Posted by Adrianne Truett at January 22, 2003 08:21 PM

"I notice that no-one has attempted to draw that line: how restrictive on a pregnant woman are you willing to be? Can a pregnant woman engage in kick-boxing or a high-risk sport such as skydiving or rock climbing? Can she drink? Smoke? C'mon, show the strength of your convictions here - how restrictive are you willing to be? Where's the line?"

Good argument. The difference is, abortion carries the intent to end the life of the fetus. Your other examples don't. And if a woman denied a medical abortion decides to smoke and drink her fetus to death, then that would essentially be same thing. There is intent to kill.

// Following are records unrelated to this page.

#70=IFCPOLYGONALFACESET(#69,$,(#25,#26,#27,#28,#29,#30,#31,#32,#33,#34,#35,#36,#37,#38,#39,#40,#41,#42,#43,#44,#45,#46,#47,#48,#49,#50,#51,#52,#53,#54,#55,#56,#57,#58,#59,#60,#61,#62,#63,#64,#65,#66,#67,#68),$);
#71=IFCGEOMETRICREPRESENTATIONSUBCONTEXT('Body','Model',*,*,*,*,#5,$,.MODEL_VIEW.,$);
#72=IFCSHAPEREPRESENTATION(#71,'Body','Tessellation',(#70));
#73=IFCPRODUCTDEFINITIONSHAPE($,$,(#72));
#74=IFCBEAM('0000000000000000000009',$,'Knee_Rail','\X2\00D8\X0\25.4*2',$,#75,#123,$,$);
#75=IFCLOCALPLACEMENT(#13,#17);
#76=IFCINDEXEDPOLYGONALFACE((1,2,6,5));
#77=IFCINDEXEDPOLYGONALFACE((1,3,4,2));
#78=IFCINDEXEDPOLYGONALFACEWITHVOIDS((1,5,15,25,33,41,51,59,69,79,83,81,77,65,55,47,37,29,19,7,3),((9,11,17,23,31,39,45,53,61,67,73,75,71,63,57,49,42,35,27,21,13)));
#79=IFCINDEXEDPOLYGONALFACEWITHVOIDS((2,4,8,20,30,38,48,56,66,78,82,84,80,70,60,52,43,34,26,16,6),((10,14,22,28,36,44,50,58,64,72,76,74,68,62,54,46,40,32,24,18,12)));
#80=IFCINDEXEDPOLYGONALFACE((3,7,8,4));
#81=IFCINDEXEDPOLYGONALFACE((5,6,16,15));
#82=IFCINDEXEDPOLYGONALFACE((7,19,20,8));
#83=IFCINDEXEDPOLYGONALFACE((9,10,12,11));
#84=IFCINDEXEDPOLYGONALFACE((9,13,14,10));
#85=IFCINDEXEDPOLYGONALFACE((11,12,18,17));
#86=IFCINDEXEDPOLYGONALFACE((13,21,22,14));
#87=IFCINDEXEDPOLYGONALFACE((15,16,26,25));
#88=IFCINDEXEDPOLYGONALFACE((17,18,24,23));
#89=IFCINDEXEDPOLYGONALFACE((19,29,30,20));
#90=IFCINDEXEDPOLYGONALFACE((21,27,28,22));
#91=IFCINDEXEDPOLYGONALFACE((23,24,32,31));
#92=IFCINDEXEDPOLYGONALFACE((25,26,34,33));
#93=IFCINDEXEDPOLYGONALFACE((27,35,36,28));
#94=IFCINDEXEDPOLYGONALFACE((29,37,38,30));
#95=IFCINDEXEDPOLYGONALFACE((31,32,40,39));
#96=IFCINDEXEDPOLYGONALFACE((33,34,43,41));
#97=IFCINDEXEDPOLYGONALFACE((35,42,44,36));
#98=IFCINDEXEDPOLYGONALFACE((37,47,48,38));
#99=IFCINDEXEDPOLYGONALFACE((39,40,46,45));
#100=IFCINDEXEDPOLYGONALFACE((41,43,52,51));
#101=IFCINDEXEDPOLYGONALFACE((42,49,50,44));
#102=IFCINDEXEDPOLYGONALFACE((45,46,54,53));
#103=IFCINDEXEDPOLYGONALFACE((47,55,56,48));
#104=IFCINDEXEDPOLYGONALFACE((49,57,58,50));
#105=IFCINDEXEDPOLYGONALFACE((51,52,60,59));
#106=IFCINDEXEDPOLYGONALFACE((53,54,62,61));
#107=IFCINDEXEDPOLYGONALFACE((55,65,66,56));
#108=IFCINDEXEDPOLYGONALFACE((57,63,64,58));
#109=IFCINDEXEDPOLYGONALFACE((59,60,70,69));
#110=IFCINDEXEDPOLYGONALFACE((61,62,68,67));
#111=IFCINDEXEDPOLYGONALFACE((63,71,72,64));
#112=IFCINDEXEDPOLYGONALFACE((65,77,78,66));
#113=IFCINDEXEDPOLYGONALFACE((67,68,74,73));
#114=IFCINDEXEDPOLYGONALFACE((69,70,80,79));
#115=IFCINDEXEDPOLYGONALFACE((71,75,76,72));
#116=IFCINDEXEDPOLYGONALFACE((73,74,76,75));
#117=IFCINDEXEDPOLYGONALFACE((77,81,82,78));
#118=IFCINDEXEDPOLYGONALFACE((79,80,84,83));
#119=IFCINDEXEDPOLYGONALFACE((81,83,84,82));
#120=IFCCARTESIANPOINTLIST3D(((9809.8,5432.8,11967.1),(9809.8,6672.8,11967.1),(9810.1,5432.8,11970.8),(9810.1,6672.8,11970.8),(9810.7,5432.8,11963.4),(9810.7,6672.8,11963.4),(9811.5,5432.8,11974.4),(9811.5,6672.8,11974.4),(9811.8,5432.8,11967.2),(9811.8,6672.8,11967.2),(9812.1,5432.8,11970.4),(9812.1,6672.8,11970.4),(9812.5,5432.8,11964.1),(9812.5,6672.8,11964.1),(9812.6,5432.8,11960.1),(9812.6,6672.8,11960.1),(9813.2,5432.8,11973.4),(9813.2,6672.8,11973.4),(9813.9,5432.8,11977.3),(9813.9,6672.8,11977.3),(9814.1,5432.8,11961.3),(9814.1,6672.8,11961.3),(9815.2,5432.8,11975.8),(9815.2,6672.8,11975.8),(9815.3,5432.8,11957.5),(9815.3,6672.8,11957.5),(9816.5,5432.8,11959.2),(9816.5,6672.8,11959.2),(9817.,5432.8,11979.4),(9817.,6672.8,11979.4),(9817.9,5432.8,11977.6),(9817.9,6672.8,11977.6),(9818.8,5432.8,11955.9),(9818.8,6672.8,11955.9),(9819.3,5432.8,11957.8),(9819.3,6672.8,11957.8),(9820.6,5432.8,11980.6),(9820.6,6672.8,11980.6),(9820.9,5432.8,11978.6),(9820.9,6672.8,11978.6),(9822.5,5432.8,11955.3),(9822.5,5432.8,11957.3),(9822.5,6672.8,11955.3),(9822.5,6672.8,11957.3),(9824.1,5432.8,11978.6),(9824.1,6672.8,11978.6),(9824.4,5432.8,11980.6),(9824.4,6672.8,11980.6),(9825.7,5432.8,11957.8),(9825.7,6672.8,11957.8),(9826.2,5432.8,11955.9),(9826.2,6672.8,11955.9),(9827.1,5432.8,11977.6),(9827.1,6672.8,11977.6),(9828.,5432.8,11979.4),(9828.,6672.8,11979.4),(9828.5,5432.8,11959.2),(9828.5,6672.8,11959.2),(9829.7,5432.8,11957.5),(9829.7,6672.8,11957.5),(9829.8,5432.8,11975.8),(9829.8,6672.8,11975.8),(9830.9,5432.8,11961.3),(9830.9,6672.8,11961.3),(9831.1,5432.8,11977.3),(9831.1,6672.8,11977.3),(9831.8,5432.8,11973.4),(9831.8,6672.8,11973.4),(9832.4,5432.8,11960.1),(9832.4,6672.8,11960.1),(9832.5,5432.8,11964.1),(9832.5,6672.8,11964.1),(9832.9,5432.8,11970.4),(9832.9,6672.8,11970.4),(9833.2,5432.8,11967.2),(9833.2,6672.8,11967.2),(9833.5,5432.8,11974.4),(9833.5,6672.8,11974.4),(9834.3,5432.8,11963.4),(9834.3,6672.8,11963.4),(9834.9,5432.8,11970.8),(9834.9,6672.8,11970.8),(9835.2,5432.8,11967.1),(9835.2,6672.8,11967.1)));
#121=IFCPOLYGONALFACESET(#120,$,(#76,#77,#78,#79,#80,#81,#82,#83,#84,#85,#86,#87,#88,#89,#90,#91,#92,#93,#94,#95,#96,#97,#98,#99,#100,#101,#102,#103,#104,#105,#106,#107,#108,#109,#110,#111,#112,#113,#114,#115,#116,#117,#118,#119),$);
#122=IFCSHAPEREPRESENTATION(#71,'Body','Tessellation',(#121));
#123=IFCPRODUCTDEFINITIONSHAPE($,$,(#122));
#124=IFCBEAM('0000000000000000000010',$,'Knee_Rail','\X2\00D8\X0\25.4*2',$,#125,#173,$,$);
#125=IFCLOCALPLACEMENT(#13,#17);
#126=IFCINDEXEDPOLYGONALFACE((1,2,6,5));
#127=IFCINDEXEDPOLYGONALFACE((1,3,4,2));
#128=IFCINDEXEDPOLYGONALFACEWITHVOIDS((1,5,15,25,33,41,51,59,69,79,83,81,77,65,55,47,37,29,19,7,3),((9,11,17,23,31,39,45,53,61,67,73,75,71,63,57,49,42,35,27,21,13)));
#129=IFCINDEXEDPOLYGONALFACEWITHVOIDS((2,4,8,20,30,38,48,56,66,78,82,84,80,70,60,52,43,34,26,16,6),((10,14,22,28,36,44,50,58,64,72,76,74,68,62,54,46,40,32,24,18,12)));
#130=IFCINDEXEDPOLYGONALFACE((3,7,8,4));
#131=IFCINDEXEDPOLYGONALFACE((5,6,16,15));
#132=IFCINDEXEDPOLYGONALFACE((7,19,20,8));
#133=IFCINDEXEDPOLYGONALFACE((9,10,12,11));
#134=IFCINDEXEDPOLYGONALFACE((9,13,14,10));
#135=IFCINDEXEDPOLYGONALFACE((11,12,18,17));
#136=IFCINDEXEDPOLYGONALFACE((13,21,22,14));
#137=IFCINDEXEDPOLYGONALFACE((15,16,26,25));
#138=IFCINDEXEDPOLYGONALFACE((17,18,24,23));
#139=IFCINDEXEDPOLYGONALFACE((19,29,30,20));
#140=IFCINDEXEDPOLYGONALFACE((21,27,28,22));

"But I don't see any way to force women to carry babies full-term without making them slaves, and the implications for all of us are truly scary."

So who makes women pregnant in the first place? If you want to blame someone for making them a "slave", blame the woman for getting pregnant.

"there is an inherent contradiction between the rights of the mother and the rights of the fetus/baby."

You overstate the case. That contradiction only exists when carrying and delivering the baby could cost the mother her own life. Otherwise, it is a matter of expediency for the mother vs. the life of the unborn child. No contradiction there whatsoever.

"Since the fetus/baby is dependent on the mother and not the other way around, the mother's right to control what happens in her body must be paramount - UNTIL the fetus can survive outside the womb."

Babies usually cannot survive outside the womb until several years old.